In essence, web 2.0 is more of a platform based on the principle that service automatically gets better, the more people use it. This architecture of participation uses web as an intelligent broker connecting the edges (end user). The philosophy being that the users don't just passively imbibe information from the web but actively contribute and supplement information, that is already available. Sites like Youtube, Wikipedia, Facebook, LinkedIn etc derive its effectiveness from this inter human connectivity. Bart Decrem, founder of Flock, calls this the “participatory Web”. This has empowered users in ways, we could have only imagined a decade ago. The web is more democratic than ever before, with big players ready to relinquish the user end control. Those who fail to see the human side of this technological revolution, are or destined to be lost in oblivion. The jury is still out on whether web 2.0 is a new concept or was it always present. All we know for sure is that it is happening now and we can see it happen. No one can predict when it would stop or when it started, and would take its own course.

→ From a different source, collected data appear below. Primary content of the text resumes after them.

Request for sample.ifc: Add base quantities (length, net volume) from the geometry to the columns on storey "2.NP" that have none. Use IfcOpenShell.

First a look at what the model holds.

```python
import ifcopenshell
import ifcopenshell.util.element
import ifcopenshell.util.unit

model = ifcopenshell.open("sample.ifc")
print(model.schema)
for unit_type in ("LENGTHUNIT", "AREAUNIT", "VOLUMEUNIT"):
    print(unit_type, ifcopenshell.util.unit.calculate_unit_scale(model, unit_type))
storey = next(s for s in model.by_type("IfcBuildingStorey") if s.Name == "2.NP")
columns = [e for e in ifcopenshell.util.element.get_decomposition(storey) if e.is_a("IfcColumn")]
for e in sorted(columns, key=lambda e: e.id()):
    print(e.id(), e.is_a(), e.Name, list(ifcopenshell.util.element.get_psets(e, qtos_only=True)), sep=" | ")
```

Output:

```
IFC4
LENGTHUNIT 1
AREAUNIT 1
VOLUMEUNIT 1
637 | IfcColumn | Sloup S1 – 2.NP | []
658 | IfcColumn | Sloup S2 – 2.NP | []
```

```python
import ifcopenshell
import ifcopenshell.api.pset
import ifcopenshell.geom
import ifcopenshell.util.element
import ifcopenshell.util.shape
import ifcopenshell.util.unit

model = ifcopenshell.open("sample.ifc")
unit_scale = ifcopenshell.util.unit.calculate_unit_scale(model)
volume_scale = ifcopenshell.util.unit.calculate_unit_scale(model, "VOLUMEUNIT")
settings = ifcopenshell.geom.settings()

storey = next(s for s in model.by_type("IfcBuildingStorey") if s.Name == "2.NP")
columns = [e for e in ifcopenshell.util.element.get_decomposition(storey) if e.is_a("IfcColumn")]

for e in sorted(columns, key=lambda e: e.id()):
    if ifcopenshell.util.element.get_psets(e, qtos_only=True, should_inherit=False):
        continue
    # Geometry comes back in metres, in the element's own axes.
    shape = ifcopenshell.geom.create_shape(settings, e)
    values = {
        "Length": ifcopenshell.util.shape.get_z(shape.geometry) / unit_scale,
        "NetVolume": ifcopenshell.util.shape.get_volume(shape.geometry) / volume_scale,
    }
    qto = ifcopenshell.api.pset.add_qto(model, product=e, name="Qto_ColumnBaseQuantities")
    ifcopenshell.api.pset.edit_qto(model, qto=qto, properties=values)
    print(e.id(), {k: round(v, 3) for k, v in values.items()})

model.write("sample_v2.ifc")
```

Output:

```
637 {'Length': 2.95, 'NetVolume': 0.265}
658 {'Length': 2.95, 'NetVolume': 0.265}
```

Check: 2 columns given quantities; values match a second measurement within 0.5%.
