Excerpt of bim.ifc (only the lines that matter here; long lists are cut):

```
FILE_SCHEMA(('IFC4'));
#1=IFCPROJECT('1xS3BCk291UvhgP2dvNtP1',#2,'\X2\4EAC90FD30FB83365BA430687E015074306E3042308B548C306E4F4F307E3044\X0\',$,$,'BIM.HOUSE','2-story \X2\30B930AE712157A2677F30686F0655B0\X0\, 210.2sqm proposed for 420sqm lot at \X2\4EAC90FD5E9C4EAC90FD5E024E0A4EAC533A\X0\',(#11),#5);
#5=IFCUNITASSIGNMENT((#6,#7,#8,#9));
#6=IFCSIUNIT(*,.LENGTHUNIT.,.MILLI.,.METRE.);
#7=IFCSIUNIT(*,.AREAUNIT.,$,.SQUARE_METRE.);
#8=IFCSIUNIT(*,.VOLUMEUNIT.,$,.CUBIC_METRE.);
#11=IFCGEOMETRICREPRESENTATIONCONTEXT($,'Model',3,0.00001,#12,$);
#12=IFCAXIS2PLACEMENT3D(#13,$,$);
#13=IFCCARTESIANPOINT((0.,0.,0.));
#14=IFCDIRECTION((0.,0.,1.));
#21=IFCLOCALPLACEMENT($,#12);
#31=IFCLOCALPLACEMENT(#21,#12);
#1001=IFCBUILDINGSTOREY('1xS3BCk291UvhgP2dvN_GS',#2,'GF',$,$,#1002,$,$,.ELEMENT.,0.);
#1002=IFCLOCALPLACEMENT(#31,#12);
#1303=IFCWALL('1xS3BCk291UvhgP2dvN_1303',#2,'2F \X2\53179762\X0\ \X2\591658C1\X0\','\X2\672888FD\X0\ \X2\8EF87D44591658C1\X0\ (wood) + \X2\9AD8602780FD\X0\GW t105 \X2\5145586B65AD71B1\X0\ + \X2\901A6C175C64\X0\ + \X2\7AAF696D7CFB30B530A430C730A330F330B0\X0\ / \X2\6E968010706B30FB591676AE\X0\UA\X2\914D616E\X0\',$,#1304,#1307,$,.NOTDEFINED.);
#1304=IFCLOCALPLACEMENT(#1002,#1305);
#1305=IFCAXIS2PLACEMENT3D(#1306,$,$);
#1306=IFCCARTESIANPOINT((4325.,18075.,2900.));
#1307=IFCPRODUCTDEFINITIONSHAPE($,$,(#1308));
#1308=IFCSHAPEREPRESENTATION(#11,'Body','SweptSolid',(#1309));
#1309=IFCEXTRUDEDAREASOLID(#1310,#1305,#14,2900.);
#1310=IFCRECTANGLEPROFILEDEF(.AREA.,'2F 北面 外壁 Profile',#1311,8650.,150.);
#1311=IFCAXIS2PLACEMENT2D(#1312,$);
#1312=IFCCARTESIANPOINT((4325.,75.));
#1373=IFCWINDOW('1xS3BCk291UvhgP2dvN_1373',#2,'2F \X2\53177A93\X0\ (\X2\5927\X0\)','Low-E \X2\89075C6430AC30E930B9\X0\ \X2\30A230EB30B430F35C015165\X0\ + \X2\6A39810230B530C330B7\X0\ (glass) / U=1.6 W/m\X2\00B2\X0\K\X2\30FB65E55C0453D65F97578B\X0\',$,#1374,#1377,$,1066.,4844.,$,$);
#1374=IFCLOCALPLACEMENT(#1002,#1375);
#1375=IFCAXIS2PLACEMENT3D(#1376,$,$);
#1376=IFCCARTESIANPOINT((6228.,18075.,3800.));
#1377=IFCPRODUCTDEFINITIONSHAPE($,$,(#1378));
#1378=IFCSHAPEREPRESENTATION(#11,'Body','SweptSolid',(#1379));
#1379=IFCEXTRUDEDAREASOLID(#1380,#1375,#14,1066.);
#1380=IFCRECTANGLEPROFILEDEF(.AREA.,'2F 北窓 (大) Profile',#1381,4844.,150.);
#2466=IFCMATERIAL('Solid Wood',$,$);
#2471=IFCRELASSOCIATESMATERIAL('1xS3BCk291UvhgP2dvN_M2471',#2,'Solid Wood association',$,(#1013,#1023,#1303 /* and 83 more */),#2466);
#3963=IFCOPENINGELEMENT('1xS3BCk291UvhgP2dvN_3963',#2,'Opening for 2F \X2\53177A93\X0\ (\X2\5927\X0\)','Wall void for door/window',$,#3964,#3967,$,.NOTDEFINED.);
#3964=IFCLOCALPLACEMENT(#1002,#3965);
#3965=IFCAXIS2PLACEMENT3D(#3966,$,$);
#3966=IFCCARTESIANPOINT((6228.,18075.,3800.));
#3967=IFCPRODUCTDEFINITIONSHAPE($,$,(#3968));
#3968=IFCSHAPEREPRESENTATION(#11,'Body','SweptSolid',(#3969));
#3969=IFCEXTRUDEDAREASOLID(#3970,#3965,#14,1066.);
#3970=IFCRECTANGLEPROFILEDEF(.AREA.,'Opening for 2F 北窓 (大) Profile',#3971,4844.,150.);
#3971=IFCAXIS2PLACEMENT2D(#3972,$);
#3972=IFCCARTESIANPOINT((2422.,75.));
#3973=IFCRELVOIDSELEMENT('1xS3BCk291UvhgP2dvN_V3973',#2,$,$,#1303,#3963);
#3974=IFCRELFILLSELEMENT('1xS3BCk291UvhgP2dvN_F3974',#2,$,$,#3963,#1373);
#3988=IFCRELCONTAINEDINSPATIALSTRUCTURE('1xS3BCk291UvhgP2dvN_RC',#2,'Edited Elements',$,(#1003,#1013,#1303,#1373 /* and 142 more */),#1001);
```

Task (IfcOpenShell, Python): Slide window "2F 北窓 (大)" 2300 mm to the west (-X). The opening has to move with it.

```python
import ifcopenshell
import ifcopenshell.api.geometry
import ifcopenshell.util.placement
import ifcopenshell.util.unit

model = ifcopenshell.open("bim.ifc")
unit_scale = ifcopenshell.util.unit.calculate_unit_scale(model)

window = model.by_id(1373)
opening = window.FillsVoids[0].RelatingOpeningElement
wall = opening.VoidsElements[0].RelatingBuildingElement

wall_matrix = ifcopenshell.util.placement.get_local_placement(wall.ObjectPlacement)
shift = wall_matrix[:3, 0] * -2.3 / unit_scale
before = ifcopenshell.util.placement.get_local_placement(window.ObjectPlacement)[:3, 3].copy()

# The window is not placed relative to its opening, so move both.
for product in (opening, window):
    matrix = ifcopenshell.util.placement.get_local_placement(product.ObjectPlacement)
    matrix[:3, 3] += shift
    ifcopenshell.api.geometry.edit_object_placement(model, product=product, matrix=matrix, is_si=False)

after = ifcopenshell.util.placement.get_local_placement(window.ObjectPlacement)[:3, 3]
print("window moved by", (after - before).round(3) + 0.0)

model.write("bim_updated.ifc")
```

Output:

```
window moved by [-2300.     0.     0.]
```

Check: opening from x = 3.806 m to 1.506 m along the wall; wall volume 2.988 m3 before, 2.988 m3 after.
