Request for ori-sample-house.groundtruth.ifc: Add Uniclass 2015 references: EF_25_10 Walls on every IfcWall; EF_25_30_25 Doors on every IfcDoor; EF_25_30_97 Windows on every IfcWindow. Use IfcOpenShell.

First a look at what the model holds.

```python
import ifcopenshell

model = ifcopenshell.open("ori-sample-house.groundtruth.ifc")
print(model.schema)
print("classifications:", [c.Name for c in model.by_type("IfcClassification")])
for ifc_class in ("IfcDoor", "IfcRoof", "IfcStair", "IfcWall", "IfcWindow"):
    print(ifc_class, len(model.by_type(ifc_class)))
```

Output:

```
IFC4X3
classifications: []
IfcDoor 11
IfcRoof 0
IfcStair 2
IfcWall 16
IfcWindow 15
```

```python
import ifcopenshell
import ifcopenshell.api.classification

model = ifcopenshell.open("ori-sample-house.groundtruth.ifc")

system = ifcopenshell.api.classification.add_classification(model, classification="Uniclass 2015")

codes = {
    "IfcWall": ("EF_25_10", "Walls"),
    "IfcDoor": ("EF_25_30_25", "Doors"),
    "IfcWindow": ("EF_25_30_97", "Windows"),
}
for ifc_class, (code, name) in codes.items():
    products = model.by_type(ifc_class)
    ifcopenshell.api.classification.add_reference(
        model, products=products, classification=system, identification=code, name=name
    )
    print(code, len(products))

model.write("ori-sample-house.groundtruth_rev.ifc")
```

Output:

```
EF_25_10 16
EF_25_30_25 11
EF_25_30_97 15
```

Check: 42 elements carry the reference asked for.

I am quite amazed that I started my research by using Wikipedia, which now turns out to be a facet of web 2.0. Also, I have not forgotten that I still need to define what web 2.0 stands for, so that next time someone asks me this question, I can save myself from looking like an idiot, by having a ready made answer. Web 2.0 can be described as “world wide web – of the people, for the people, by the people”. It might not be a scientifically correct definitions, but I think this is web 2.0 in a nutshell.